Sénégal \ Une Constitution Scandaleuse sur Commande et ses Dessous : ou l’Esclandre d’un Foutoir au Service de la Monarchie Présidentielle ? Par Ahmadou Diop.

Comment en est-on arrivé là ?

Avant de parler du sujet, il nous semble utile de faire un rappel historique. La conjoncture internationale ne permet  plus le triomphalisme  colonial.  Que faire alors ?  Il s’agit  bien  d’une importation, tendant à bâillonner durablement les indépendances formelles  de la dépendance dynamiques des 14 pays africains  par des mécanismes douteux vis à  vis du gendarme colonial, toujours Tout-Puissant, pour dominer un pays entier,  il faut fragiliser,  domestiquer, larbiniser ses élites serviles pour les rendre dociles, les compromettre,  de sorte qu’elles soient  malléables,   corvéables, disponibles  et à merci.

Au lendemain de la  débâcle   en Algérie,  nationaliste, a arraché son indépendance les larmes à la main,  il fallait donc  changer de fusil d’épaule,  et rattraper le gâteau perdu en Afrique francophone, qu’il convient de reconquérir, à tout prix, et peu importe  que  les moyens soient condamnables, au regard de la morale.  La fin justifie les moyens ; selon la trajectoire du colonialisme..
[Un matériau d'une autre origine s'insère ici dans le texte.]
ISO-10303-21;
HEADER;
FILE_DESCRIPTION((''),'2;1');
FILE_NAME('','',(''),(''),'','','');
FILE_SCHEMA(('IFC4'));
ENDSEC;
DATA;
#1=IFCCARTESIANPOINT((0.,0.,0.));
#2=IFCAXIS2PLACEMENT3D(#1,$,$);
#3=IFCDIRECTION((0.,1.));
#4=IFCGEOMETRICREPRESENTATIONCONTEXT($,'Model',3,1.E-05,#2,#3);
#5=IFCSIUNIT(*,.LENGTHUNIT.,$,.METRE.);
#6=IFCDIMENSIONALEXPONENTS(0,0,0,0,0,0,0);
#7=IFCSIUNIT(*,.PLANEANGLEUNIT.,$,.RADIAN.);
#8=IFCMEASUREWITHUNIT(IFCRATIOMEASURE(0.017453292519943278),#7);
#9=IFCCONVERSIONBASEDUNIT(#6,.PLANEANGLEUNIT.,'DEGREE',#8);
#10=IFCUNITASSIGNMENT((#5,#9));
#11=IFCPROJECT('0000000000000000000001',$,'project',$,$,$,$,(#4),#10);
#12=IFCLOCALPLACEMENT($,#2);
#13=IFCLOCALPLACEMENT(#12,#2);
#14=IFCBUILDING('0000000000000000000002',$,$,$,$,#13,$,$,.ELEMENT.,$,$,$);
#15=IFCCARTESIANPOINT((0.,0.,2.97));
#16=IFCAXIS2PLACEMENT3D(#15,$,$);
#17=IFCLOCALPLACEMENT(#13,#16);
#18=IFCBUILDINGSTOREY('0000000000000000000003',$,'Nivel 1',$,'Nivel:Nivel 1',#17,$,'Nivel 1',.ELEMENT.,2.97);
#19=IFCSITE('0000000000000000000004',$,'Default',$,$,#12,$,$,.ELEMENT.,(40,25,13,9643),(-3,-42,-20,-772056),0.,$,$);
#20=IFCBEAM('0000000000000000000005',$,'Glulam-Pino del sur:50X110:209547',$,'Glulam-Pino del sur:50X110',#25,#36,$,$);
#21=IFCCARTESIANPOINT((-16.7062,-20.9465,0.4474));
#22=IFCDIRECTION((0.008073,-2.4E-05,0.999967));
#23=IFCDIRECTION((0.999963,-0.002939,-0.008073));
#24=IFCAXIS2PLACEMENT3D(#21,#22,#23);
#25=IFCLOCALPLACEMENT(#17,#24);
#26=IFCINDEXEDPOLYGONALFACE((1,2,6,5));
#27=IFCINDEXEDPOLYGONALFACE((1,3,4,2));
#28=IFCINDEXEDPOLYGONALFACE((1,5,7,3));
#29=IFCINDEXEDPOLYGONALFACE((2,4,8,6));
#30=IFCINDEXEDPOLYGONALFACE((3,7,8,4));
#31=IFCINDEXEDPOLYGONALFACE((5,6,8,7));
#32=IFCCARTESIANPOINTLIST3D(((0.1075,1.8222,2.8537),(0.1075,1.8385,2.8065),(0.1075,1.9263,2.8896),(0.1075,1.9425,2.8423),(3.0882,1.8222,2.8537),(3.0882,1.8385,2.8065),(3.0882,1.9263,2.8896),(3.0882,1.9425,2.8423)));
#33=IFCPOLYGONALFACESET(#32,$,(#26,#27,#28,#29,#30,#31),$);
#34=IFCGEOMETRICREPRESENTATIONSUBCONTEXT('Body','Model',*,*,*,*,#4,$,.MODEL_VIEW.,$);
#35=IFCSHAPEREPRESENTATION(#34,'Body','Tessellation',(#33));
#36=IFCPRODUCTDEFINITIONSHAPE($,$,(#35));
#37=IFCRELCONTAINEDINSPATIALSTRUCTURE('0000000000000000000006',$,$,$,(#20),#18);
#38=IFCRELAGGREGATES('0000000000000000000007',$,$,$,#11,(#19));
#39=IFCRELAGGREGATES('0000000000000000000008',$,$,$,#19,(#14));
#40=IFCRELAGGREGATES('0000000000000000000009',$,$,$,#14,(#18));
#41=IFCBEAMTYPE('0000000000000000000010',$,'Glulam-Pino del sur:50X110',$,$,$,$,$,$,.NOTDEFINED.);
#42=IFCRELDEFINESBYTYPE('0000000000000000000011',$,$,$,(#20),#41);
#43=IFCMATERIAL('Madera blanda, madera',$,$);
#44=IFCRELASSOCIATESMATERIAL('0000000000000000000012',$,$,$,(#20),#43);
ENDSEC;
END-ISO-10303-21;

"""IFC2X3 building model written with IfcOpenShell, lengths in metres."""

from ifc_helpers import new_model, entity, si_unit, converted_unit, direction, frame, frame_2d, origin, place, context, subcontext, project, spatial, rectangle, extrude, material, type_object, element, save


model = new_model("IFC2X3")

# Units and contexts
model_context = context("Model", 3, precision=1e-05, world=origin(), true_north=direction((0.0, 1.0)))
body_context = subcontext(model_context, "Body", "Model", "MODEL_VIEW")
ifc_project = project(units=[si_unit("LENGTHUNIT", "METRE"), converted_unit("PLANEANGLEUNIT", "DEGREE", entity("IfcRatioMeasure", 0.017453292519943278), si_unit("PLANEANGLEUNIT", "RADIAN"), dimensions=[0, 0, 0, 0, 0, 0, 0])], contexts=[model_context])

# Site, building, storey
site_placement = place(None, origin())
site = spatial("IfcSite", under=ifc_project, at=site_placement, Name="Default", CompositionType="ELEMENT", RefLatitude=(40, 25, 13, 9643), RefLongitude=(-3, -42, -20, -772056), RefElevation=0.0)
building_placement = place(site_placement, origin())
building = spatial("IfcBuilding", under=site, at=building_placement, CompositionType="ELEMENT")
storey_placement = place(building_placement, frame((0.0, 0.0, 2.97)))
storey = spatial("IfcBuildingStorey", under=building, at=storey_placement, Name="Nivel 1", ObjectType="Nivel:Nivel 1", LongName="Nivel 1", CompositionType="ELEMENT", Elevation=2.97)

# Beam
ifc_material_1 = material(Name="Madera blanda, madera")
beam_type = type_object("IfcBeamType", Name="Glulam-Pino del sur:50X110", PredefinedType="NOTDEFINED")
beam_placement = place(storey_placement, frame((-16.7062, -20.9465, 0.4474), z_axis=(0.008073, -0.000024, 0.999967), x_axis=(0.999963, -0.002939, -0.008073)))
element("IfcBeam", 1, at=beam_placement, inside=storey, type_object=beam_type, material=ifc_material_1, Name="Glulam-Pino del sur:50X110:209547", ObjectType="Glulam-Pino del sur:50X110", context=body_context, shape_type="SweptSolid", body=[
    extrude(rectangle(XDim=0.05, YDim=0.11, at=frame_2d((0.0, 0.0), x_axis=(0.0, 1.0))), frame((0.1075, 1.8824, 2.848), z_axis=(1.0, 0.0, 0.0), x_axis=(0.0, -0.945519, -0.325568)), (0.0, 0.0, 1.0), 2.9807),
])

save(model, "model.ifc")
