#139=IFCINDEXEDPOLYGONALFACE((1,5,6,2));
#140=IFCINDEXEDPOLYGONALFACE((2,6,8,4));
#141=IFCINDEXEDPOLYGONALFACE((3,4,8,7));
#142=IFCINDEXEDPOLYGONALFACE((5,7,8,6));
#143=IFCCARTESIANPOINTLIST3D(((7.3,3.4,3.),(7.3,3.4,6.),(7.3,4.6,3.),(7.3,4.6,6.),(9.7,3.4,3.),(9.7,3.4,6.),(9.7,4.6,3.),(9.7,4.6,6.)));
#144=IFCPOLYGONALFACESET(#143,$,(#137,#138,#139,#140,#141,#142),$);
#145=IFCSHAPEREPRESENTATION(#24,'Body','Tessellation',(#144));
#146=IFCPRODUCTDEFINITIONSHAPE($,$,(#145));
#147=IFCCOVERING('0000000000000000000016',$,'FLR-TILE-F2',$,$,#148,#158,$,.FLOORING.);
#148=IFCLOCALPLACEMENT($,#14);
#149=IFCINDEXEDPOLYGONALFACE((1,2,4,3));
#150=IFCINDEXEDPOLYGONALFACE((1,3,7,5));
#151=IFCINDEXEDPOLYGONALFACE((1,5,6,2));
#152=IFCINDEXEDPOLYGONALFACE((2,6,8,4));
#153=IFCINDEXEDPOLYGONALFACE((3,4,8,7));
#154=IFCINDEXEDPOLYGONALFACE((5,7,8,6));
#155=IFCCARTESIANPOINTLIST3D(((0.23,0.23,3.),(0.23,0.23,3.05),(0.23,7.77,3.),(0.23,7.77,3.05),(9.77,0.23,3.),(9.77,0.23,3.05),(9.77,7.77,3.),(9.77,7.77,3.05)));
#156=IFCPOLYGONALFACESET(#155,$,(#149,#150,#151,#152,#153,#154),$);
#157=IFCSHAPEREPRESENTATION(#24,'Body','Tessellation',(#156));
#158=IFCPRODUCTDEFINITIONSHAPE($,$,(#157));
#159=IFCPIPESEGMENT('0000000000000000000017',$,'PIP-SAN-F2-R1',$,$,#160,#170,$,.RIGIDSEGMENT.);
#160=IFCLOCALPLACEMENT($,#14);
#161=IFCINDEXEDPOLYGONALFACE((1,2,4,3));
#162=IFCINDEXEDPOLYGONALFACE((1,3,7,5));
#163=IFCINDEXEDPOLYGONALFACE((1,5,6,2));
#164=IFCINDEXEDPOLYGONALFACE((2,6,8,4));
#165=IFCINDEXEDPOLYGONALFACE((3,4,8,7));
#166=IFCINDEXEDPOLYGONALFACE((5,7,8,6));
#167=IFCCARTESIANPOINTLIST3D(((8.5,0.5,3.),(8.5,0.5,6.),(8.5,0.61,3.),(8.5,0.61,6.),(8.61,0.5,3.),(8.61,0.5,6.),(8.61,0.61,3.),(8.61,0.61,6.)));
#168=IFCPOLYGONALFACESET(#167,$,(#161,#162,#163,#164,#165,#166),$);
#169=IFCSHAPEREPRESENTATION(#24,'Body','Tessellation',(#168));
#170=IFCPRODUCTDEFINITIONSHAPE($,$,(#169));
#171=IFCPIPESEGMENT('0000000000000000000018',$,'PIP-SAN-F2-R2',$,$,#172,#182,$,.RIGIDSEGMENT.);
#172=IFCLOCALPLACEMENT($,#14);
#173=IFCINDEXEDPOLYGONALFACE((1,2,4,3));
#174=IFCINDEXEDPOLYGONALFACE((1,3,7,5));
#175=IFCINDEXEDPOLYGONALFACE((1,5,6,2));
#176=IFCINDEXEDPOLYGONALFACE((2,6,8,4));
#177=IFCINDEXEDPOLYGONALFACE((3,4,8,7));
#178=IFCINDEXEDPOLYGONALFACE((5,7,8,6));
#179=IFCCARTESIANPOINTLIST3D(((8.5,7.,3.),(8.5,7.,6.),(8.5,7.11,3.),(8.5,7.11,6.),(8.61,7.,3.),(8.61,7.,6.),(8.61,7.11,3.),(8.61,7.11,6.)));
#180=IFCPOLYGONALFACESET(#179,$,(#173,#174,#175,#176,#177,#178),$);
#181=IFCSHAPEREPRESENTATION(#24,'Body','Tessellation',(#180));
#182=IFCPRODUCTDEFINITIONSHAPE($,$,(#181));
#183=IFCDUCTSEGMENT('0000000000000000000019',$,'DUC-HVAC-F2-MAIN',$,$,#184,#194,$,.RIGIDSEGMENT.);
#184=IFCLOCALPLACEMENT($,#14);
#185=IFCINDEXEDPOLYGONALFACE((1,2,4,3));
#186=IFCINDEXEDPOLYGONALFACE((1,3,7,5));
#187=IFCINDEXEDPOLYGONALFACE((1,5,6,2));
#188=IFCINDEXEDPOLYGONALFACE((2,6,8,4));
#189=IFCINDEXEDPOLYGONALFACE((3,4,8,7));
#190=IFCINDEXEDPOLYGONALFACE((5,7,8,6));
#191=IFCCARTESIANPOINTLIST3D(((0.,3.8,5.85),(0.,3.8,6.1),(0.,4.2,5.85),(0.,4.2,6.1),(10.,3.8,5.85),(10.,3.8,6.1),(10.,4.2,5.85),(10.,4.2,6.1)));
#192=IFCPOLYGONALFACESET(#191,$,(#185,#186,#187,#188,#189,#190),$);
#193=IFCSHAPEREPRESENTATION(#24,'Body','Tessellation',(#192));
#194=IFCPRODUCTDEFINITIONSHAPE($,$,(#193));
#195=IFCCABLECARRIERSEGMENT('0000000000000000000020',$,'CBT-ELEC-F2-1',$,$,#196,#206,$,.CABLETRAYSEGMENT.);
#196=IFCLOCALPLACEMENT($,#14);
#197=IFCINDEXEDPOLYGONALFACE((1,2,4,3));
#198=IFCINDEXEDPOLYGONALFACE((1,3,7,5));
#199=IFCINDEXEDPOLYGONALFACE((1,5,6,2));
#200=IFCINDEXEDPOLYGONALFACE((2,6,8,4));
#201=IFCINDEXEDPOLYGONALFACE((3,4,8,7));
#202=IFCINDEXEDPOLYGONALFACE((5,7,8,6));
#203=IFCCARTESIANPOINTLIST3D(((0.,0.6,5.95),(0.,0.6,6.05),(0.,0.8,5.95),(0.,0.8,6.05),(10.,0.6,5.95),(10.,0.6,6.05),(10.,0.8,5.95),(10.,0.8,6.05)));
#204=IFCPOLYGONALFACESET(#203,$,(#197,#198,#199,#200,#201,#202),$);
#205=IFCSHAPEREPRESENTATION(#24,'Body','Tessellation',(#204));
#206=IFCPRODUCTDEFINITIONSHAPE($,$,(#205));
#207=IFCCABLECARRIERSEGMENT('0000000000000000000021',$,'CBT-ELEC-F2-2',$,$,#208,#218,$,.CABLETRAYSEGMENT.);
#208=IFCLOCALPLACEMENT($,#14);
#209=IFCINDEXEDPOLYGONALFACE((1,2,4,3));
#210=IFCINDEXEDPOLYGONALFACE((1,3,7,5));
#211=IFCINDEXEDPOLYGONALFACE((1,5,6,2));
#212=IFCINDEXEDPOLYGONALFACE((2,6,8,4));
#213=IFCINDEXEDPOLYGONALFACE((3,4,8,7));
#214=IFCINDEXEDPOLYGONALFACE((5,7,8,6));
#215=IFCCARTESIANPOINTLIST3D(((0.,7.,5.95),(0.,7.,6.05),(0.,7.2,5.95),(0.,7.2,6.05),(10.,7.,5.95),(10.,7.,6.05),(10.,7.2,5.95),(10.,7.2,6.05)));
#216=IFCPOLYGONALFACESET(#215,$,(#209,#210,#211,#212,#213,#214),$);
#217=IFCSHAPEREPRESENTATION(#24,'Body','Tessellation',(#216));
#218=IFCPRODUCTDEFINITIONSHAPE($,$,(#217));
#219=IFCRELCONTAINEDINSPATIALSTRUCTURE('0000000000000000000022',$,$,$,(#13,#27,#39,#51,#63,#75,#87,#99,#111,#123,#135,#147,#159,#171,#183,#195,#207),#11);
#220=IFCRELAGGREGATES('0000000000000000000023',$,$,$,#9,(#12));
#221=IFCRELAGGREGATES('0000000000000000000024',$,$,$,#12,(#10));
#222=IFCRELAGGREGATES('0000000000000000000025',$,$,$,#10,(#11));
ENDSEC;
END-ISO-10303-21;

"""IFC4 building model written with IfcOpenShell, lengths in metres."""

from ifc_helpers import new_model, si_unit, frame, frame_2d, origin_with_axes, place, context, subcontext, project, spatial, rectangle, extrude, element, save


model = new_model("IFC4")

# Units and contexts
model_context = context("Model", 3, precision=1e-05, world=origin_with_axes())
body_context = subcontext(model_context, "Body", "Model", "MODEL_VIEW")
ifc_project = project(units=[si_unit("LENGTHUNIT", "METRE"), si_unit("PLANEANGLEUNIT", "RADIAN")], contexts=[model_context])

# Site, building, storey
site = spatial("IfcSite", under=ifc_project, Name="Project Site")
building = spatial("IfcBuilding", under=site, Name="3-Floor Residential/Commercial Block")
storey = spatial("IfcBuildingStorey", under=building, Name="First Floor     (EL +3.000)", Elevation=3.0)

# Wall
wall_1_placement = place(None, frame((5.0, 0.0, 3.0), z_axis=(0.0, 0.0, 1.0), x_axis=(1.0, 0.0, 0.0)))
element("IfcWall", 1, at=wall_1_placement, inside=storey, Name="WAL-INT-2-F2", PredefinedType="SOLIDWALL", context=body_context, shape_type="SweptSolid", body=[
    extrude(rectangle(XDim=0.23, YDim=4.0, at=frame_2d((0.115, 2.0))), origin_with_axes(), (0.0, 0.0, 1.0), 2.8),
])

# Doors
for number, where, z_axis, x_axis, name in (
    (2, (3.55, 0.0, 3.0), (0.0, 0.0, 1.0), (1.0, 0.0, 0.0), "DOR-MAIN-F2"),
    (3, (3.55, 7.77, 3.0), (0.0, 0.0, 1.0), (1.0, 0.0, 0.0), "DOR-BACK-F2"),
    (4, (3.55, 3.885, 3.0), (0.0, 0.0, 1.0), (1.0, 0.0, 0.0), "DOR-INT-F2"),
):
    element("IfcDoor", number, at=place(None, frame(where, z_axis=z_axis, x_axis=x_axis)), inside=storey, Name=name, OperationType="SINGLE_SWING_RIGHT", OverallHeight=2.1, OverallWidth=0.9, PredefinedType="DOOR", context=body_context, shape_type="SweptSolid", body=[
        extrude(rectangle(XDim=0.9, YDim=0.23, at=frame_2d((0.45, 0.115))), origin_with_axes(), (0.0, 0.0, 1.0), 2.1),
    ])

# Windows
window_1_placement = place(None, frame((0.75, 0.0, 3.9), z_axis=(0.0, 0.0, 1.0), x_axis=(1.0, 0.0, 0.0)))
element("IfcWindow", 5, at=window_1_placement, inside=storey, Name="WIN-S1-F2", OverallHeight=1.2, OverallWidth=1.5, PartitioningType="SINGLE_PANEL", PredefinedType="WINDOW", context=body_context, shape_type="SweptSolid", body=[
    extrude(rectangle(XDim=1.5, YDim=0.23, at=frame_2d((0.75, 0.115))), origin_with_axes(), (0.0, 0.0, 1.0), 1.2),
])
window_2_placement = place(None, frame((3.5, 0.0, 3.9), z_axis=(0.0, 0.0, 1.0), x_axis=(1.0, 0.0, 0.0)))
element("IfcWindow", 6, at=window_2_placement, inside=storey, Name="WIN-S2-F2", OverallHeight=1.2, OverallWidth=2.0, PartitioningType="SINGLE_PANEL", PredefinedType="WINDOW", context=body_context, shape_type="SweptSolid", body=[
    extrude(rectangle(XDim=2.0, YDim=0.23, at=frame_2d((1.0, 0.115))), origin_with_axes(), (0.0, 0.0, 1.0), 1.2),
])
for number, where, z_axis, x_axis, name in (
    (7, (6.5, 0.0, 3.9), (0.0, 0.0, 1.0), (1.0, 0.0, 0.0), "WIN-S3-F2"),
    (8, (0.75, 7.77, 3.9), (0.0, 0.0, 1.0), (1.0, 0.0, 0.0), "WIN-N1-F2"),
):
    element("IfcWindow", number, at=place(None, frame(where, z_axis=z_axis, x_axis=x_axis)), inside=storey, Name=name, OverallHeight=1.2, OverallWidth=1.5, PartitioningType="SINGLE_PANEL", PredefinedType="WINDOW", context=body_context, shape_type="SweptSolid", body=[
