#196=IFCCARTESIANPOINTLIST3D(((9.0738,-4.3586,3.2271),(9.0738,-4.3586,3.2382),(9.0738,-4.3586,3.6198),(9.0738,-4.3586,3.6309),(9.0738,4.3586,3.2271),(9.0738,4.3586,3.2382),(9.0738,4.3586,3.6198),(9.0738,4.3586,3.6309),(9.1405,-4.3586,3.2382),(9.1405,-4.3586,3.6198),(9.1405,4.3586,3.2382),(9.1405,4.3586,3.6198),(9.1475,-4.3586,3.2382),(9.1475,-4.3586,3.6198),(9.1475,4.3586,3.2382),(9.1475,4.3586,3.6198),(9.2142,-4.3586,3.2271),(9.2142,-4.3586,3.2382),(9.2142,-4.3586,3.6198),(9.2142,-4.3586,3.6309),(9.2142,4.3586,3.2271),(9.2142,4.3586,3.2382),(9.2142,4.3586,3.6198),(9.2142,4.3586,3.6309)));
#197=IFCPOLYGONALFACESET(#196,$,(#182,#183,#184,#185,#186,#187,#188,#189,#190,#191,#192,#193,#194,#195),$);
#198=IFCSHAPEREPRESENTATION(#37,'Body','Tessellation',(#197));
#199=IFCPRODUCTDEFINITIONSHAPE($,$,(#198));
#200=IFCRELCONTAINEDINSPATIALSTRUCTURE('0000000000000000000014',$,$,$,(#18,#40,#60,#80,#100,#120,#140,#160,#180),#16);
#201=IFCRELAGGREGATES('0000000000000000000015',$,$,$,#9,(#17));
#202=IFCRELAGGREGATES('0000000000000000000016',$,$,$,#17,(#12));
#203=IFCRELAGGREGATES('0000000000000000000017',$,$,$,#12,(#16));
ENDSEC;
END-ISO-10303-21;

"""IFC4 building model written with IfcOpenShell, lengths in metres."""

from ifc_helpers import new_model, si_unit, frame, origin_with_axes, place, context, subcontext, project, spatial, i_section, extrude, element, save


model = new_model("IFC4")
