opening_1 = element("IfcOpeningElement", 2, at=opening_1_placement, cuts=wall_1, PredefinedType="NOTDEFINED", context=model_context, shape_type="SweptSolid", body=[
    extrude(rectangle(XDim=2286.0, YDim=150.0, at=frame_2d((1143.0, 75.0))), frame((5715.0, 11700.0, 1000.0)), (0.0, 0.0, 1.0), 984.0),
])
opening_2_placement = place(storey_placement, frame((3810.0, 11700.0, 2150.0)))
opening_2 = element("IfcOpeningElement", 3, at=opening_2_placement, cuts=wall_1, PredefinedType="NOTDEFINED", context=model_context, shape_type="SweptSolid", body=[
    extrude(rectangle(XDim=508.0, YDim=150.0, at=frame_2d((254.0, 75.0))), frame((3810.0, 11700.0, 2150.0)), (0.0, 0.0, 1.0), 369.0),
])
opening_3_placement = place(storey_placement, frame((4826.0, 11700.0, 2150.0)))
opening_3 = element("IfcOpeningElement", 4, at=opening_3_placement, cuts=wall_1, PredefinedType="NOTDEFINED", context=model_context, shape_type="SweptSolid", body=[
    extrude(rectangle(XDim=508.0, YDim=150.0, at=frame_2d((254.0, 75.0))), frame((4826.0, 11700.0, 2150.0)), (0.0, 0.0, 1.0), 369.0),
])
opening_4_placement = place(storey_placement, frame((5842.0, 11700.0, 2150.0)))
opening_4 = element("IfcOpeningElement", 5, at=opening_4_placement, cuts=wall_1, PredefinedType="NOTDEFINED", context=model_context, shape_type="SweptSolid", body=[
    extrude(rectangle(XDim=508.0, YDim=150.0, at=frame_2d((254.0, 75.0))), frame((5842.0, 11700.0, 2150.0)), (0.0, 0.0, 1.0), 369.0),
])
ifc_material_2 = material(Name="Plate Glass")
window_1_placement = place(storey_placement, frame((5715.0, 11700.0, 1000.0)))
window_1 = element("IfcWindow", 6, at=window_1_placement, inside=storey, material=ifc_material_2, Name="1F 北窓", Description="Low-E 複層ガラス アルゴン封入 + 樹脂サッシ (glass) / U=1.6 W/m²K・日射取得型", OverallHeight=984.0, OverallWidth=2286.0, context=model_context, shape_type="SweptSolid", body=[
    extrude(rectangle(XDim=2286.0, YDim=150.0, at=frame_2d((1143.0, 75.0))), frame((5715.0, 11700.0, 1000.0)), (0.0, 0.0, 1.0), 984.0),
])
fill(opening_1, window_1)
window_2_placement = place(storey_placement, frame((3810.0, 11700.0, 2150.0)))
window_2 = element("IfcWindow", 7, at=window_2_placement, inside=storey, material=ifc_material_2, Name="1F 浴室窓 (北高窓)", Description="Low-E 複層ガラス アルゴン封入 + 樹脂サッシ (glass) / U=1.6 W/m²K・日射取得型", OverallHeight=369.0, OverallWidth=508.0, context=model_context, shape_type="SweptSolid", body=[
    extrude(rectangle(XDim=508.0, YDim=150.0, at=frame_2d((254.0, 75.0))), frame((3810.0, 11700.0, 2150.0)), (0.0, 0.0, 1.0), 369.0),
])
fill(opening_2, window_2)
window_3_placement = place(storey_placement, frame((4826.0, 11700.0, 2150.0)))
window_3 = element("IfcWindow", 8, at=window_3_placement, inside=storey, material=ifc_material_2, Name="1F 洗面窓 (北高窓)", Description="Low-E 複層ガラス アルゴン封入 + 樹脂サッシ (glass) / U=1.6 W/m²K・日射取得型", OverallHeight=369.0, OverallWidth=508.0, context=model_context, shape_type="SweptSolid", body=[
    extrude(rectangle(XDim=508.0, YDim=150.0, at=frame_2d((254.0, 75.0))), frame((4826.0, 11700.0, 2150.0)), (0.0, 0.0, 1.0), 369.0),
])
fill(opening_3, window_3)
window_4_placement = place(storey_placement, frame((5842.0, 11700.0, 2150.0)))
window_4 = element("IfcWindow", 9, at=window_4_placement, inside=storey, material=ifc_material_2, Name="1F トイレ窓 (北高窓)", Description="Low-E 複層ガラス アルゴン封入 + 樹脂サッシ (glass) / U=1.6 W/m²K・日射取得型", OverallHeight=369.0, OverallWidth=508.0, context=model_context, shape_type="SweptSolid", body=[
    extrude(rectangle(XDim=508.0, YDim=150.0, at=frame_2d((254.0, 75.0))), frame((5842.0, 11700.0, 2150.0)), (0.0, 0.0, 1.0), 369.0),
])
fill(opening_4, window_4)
Car aux yeux  de l’ancienne puissance coloniale, et la voie du gouvernement provisoire, dirigé  à l’époque, respectivement  par Charles De Gaulles,  Jaques Soustelle   et René Pléven,  a déjà eu l’idée  saugrenue, prend les devants, impose  à ses colonies , non encore indépendantes, le nazisme monétaire à l’échelle continentale africaine, notamment dans les pays qui parlent français.   Cela donne un  avant goût amer, savamment élaboré, et  qui constitue  un   prolongement inavoué de l’expansionnisme, désuet,  soft, et faire main basse  de façon habile sur    ses colonies,  que le  gendarme colonial considère  comme son pré-carré, son domaine exclusif, ,réservé, ou  ses esclaves de divin.

À cet effet,  pour  que  la mayonnaise  puisse prendre,  il fallut   diviser  les uns contre les autres,  les cliver ; créer la zizanie  entre ceux qui sont au sommet de l’état, de manière qu’ils ne   puissent   pas s’entendre.  Et pour cela,  dépoussiérer les imparables  vieilles recettes  s’il le faut.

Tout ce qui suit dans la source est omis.